→ **GOAL OF THE EXERCISE**: Would you find each line in the entries below with the string "SweptSolid" and copy it?

→ **WORKING DATA**:
──────────

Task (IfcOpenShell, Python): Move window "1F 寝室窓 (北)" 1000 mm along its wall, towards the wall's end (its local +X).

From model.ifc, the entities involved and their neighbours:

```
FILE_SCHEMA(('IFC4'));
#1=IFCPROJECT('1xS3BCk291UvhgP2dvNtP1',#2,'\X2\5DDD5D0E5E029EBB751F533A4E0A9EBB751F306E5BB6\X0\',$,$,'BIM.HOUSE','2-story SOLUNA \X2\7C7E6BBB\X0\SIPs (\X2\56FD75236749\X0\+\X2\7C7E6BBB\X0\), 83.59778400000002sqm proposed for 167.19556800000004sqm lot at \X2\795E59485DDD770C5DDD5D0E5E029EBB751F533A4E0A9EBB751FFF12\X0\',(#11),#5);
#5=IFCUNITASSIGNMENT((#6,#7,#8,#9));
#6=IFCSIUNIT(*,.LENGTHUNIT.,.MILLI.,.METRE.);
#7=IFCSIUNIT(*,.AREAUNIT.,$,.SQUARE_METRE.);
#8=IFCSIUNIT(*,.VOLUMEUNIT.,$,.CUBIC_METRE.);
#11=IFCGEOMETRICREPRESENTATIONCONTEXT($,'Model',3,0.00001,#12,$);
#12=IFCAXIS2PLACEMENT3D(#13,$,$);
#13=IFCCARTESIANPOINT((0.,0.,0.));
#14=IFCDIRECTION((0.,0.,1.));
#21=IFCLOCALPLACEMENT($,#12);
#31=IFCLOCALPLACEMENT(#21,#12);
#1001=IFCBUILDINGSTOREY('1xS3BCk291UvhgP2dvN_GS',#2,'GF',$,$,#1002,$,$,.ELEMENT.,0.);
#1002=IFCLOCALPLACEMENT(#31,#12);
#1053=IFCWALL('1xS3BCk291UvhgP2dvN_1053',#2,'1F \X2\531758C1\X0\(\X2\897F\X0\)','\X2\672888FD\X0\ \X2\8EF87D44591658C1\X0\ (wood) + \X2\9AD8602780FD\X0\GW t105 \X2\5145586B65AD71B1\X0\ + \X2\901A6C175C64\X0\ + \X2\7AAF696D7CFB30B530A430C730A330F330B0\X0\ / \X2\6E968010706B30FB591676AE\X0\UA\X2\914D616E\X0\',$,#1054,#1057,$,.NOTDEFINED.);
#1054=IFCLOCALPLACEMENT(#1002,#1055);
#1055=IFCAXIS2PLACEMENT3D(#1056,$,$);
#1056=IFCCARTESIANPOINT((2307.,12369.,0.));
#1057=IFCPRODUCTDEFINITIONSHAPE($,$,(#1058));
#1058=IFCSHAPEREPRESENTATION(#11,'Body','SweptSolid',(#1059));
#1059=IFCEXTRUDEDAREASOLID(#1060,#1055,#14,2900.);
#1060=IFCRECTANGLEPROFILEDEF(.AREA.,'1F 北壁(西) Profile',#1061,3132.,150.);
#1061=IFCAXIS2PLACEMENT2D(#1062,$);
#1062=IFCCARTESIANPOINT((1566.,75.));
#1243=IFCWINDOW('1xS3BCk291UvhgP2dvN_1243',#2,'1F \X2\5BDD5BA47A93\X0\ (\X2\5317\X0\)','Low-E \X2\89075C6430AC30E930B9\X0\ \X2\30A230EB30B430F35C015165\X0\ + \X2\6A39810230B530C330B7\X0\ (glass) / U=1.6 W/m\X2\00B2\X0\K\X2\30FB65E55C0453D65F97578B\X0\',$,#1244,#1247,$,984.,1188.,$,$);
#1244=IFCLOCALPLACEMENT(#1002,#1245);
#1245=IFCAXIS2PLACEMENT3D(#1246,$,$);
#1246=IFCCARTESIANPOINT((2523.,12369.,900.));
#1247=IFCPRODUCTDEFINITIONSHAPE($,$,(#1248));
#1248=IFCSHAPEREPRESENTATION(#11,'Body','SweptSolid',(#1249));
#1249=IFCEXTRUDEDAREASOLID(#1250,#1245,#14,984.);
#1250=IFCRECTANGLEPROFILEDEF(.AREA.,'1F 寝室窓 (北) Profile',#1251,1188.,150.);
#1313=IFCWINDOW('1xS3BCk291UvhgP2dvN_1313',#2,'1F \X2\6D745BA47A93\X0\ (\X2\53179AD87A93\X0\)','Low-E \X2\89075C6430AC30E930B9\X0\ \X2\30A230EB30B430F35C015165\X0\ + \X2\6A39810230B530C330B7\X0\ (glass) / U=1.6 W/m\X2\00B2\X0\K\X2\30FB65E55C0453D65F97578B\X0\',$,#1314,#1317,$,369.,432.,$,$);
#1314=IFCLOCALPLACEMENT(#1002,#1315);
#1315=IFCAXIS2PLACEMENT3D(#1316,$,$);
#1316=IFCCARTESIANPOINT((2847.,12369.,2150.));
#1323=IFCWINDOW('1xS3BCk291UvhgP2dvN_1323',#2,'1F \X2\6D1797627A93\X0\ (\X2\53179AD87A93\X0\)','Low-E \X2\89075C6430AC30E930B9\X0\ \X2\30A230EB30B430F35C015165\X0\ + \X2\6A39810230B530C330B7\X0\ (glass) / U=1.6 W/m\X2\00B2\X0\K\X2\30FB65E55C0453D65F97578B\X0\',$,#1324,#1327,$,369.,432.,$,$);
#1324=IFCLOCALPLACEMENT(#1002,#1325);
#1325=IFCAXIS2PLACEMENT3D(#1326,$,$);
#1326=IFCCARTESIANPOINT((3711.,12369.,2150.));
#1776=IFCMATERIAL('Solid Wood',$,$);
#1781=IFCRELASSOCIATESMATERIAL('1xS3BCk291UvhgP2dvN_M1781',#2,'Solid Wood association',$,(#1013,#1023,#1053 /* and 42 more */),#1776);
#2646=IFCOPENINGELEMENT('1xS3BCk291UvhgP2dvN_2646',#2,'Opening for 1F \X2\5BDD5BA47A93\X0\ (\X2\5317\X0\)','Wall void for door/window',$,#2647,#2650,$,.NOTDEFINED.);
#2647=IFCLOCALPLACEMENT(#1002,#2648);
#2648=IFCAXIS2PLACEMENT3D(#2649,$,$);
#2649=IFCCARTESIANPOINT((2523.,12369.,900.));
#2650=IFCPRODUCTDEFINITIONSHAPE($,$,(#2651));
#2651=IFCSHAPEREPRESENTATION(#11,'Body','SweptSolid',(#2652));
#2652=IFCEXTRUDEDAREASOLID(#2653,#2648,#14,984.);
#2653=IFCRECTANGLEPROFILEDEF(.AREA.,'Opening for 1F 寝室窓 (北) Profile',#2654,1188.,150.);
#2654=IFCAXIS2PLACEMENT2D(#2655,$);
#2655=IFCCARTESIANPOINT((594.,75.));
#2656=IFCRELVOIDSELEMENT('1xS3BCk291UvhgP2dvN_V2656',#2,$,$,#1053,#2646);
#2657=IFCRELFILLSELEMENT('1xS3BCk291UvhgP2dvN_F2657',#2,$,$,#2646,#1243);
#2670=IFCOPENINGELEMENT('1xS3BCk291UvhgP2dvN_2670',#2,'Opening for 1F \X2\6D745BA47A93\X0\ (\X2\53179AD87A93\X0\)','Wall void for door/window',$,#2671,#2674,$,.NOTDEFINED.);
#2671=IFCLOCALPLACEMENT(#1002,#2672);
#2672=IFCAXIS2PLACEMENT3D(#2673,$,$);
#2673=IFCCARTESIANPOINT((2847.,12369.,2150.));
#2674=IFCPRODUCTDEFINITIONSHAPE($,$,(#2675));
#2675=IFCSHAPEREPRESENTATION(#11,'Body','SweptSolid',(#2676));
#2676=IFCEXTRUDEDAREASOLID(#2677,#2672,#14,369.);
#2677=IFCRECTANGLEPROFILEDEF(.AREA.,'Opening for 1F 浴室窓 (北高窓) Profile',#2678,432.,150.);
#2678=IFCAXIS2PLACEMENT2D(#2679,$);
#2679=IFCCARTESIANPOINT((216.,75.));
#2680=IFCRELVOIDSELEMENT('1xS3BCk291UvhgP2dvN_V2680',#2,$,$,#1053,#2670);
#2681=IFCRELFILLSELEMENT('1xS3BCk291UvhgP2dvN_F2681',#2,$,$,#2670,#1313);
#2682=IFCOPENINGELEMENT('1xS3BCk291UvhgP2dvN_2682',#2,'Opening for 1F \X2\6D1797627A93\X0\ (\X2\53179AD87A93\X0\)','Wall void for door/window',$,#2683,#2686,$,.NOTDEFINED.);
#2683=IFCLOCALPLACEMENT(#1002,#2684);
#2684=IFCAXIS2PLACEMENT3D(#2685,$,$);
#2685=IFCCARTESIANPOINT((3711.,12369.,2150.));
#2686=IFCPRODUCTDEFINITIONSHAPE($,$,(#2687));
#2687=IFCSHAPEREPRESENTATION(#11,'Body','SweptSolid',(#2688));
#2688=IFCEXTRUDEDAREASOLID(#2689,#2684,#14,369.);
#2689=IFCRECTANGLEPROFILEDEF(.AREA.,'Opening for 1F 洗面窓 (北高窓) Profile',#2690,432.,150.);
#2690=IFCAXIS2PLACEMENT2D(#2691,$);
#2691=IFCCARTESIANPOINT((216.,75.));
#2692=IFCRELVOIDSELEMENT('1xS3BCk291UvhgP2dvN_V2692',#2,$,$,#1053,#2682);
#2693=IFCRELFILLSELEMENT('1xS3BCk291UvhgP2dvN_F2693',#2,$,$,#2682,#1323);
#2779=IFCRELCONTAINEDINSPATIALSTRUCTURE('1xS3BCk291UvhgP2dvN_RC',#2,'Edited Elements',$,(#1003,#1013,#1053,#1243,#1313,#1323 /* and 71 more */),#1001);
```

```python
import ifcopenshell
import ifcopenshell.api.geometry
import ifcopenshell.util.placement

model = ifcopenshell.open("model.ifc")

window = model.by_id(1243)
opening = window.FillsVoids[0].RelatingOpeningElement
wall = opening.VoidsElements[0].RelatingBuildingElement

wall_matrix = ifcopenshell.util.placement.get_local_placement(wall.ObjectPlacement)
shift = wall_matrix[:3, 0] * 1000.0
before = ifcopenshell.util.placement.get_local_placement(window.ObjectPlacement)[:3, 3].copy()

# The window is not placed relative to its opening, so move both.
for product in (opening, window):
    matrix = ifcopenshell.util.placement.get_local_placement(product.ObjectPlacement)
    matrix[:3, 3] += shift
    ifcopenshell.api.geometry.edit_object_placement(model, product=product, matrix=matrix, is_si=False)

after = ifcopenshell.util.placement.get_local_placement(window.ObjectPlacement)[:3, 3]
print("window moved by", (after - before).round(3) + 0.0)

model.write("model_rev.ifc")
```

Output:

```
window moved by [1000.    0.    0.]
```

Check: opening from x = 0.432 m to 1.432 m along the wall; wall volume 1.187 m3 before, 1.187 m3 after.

──────────

→ **YOUR SOLUTION**:
#1058=IFCSHAPEREPRESENTATION(#11,'Body','SweptSolid',(#1059));
#1248=IFCSHAPEREPRESENTATION(#11,'Body','SweptSolid',(#1249));
#2651=IFCSHAPEREPRESENTATION(#11,'Body','SweptSolid',(#2652));
#2675=IFCSHAPEREPRESENTATION(#11,'Body','SweptSolid',(#2676));
#2687=IFCSHAPEREPRESENTATION(#11,'Body','SweptSolid',(#2688));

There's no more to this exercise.